Oltre 170 scatti e cimeli danno vita a un percorso attraverso luoghi e oggetti, strade e personaggi, piaceri, ritratti, ma anche artisti, scrittori e amici

«Sul Boulevard Saint-Jacques», 1930-32, di Brassaï. © Estate Brassai Succession Paris

Amsterdam (Paesi Bassi). Dal 13 settembre al 3 dicembre il Foam propone la prima retrospettiva in Olanda di Brassaï, organizzata dalla Fundación Mapfre di Barcellona (che l’ha ospitata nel 2018). Più di 170 stampe vintage, disegni, una scultura e materiali di repertorio danno vita a un percorso attraverso luoghi e oggetti, strade e personaggi, piaceri, ritratti, ma anche artisti, scrittori e amici che hanno accompagnato la vita e nutrito l’immaginario di un fotografo tra i più celebri del XX secolo.

Gyulá Halász, in arte Brassaï, nasce nel 1899 a Brasov, città rumena allora parte dell’impero austro-ungarico. Dopo gli studi artistici in Germania, si stabilisce a Parigi nel 1924, luogo di elezione in cui prenderà forma la sua intera poetica. Dapprima pittore, si avvicina ai circoli dell’avanguardia, dove stringe amicizia con scrittori e artisti quali Picasso (le Conversazioni di Brassaï con l’artista spagnolo sono state pubblicate da Allemandi nel 1996, Ndr), Matisse, Dalí e Kertész.

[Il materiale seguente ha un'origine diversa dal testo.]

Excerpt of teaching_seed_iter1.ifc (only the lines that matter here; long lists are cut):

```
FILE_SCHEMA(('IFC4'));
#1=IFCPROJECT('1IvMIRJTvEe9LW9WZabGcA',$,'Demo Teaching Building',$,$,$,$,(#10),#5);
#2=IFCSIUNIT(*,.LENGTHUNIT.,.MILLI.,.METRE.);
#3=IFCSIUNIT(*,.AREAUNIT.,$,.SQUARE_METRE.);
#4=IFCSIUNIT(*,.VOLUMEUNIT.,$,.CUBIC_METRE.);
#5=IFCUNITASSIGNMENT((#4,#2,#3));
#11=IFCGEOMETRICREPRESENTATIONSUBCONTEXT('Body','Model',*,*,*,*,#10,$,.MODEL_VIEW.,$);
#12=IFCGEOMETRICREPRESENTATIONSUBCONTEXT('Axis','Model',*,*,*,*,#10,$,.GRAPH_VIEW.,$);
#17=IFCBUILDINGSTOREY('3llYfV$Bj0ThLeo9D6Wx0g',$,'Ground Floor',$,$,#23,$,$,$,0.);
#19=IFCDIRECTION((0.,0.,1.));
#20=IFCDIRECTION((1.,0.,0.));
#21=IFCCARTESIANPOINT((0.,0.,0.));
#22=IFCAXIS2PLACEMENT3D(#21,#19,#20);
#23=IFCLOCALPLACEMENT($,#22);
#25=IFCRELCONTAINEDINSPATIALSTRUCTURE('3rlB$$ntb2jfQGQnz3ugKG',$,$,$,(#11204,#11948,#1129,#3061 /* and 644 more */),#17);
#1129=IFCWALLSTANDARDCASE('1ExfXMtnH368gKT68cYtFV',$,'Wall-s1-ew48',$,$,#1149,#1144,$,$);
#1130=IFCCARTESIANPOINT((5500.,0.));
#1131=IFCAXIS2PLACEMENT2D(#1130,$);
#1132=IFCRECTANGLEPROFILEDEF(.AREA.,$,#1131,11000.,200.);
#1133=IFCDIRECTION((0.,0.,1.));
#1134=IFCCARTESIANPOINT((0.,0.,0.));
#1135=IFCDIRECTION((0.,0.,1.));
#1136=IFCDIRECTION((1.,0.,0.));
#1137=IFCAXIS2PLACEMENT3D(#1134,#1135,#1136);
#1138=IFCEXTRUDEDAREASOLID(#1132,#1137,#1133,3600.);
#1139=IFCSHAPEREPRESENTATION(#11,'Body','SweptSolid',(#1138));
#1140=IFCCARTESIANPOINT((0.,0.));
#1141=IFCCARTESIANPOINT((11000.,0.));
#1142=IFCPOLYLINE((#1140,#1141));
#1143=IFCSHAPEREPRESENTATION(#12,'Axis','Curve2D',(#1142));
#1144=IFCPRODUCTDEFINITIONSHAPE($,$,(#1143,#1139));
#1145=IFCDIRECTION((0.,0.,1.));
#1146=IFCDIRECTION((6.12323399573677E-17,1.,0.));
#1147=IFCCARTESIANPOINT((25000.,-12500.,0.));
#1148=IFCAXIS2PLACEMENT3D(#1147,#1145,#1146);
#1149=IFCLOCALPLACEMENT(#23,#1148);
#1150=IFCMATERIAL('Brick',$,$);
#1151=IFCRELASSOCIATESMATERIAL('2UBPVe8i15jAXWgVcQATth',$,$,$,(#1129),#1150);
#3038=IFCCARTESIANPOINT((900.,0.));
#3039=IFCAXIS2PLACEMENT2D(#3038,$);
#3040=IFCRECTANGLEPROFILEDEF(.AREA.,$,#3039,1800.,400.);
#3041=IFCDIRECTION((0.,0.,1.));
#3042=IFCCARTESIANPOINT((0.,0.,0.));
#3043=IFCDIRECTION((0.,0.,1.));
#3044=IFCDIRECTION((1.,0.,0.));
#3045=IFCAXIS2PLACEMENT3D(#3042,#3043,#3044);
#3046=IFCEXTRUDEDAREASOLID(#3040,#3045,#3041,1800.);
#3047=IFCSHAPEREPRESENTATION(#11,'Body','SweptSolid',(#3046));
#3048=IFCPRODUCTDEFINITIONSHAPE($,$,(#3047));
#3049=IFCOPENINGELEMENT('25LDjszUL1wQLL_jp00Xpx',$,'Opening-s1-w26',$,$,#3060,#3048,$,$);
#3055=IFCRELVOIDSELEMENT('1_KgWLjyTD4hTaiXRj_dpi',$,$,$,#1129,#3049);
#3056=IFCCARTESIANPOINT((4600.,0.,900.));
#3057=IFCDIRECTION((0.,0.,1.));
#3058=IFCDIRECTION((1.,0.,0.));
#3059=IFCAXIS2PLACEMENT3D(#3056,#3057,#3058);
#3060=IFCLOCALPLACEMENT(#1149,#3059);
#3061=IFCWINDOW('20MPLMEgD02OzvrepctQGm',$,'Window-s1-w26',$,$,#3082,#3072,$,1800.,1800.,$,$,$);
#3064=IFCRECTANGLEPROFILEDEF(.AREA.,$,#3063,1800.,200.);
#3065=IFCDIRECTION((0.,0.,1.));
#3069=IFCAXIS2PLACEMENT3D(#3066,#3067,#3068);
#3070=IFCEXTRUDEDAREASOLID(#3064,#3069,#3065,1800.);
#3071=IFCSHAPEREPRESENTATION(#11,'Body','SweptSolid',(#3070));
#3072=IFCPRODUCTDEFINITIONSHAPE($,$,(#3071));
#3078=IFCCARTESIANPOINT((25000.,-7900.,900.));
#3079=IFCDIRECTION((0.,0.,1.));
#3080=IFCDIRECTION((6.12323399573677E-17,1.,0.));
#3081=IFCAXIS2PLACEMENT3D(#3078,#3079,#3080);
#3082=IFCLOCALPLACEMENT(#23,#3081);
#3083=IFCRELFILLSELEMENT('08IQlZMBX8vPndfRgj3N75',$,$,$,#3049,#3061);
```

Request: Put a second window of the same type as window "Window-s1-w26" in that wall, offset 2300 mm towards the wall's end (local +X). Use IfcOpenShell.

```python
import ifcopenshell
import ifcopenshell.api.feature
import ifcopenshell.api.geometry
import ifcopenshell.api.root
import ifcopenshell.geom
import ifcopenshell.util.element
import ifcopenshell.util.placement
import ifcopenshell.util.shape
import ifcopenshell.util.unit

model = ifcopenshell.open("teaching_seed_iter1.ifc")
unit_scale = ifcopenshell.util.unit.calculate_unit_scale(model)
settings = ifcopenshell.geom.settings()


def volume(element):
    """Net volume in cubic metres, openings subtracted."""
    shape = ifcopenshell.geom.create_shape(settings, element)
    return ifcopenshell.util.shape.get_volume(shape.geometry)


window = model.by_guid("20MPLMEgD02OzvrepctQGm")
opening = window.FillsVoids[0].RelatingOpeningElement
wall = opening.VoidsElements[0].RelatingBuildingElement
before = volume(wall)
shift = ifcopenshell.util.placement.get_local_placement(wall.ObjectPlacement)[:3, 0] * 2.3 / unit_scale

# copy_class copies the void relationship, type, container and properties, but no geometry.
new_opening = ifcopenshell.api.root.copy_class(model, product=opening)
new_opening.Representation = ifcopenshell.util.element.copy_deep(
    model, opening.Representation, exclude=["IfcGeometricRepresentationContext", "IfcRepresentationMap"]
)
new_window = ifcopenshell.api.root.copy_class(model, product=window)
new_window.Representation = ifcopenshell.util.element.copy_deep(
    model, window.Representation, exclude=["IfcGeometricRepresentationContext", "IfcRepresentationMap"]
)
ifcopenshell.api.feature.add_filling(model, opening=new_opening, element=new_window)

for old, new in ((opening, new_opening), (window, new_window)):
    matrix = ifcopenshell.util.placement.get_local_placement(old.ObjectPlacement)
    matrix[:3, 3] += shift
    ifcopenshell.api.geometry.edit_object_placement(model, product=new, matrix=matrix, is_si=False)

after = volume(wall)

print(f"wall volume {before:.3f} -> {after:.3f} m3")

model.write("teaching_seed_iter1-out.ifc")
```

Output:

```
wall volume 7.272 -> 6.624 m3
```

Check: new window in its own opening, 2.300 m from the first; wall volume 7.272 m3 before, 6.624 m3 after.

Quest’ultimo lo avvicina alla tecnica fotografica, il linguaggio che Brassaï sceglie per raccontare la sua fascinazione verso la vita parigina. Documenta scene della vita di tutti i giorni, l’architettura e i monumenti, l’opera e il balletto, l’alta società e i protagonisti più in voga degli ambienti intellettuali attorno a Montparnasse.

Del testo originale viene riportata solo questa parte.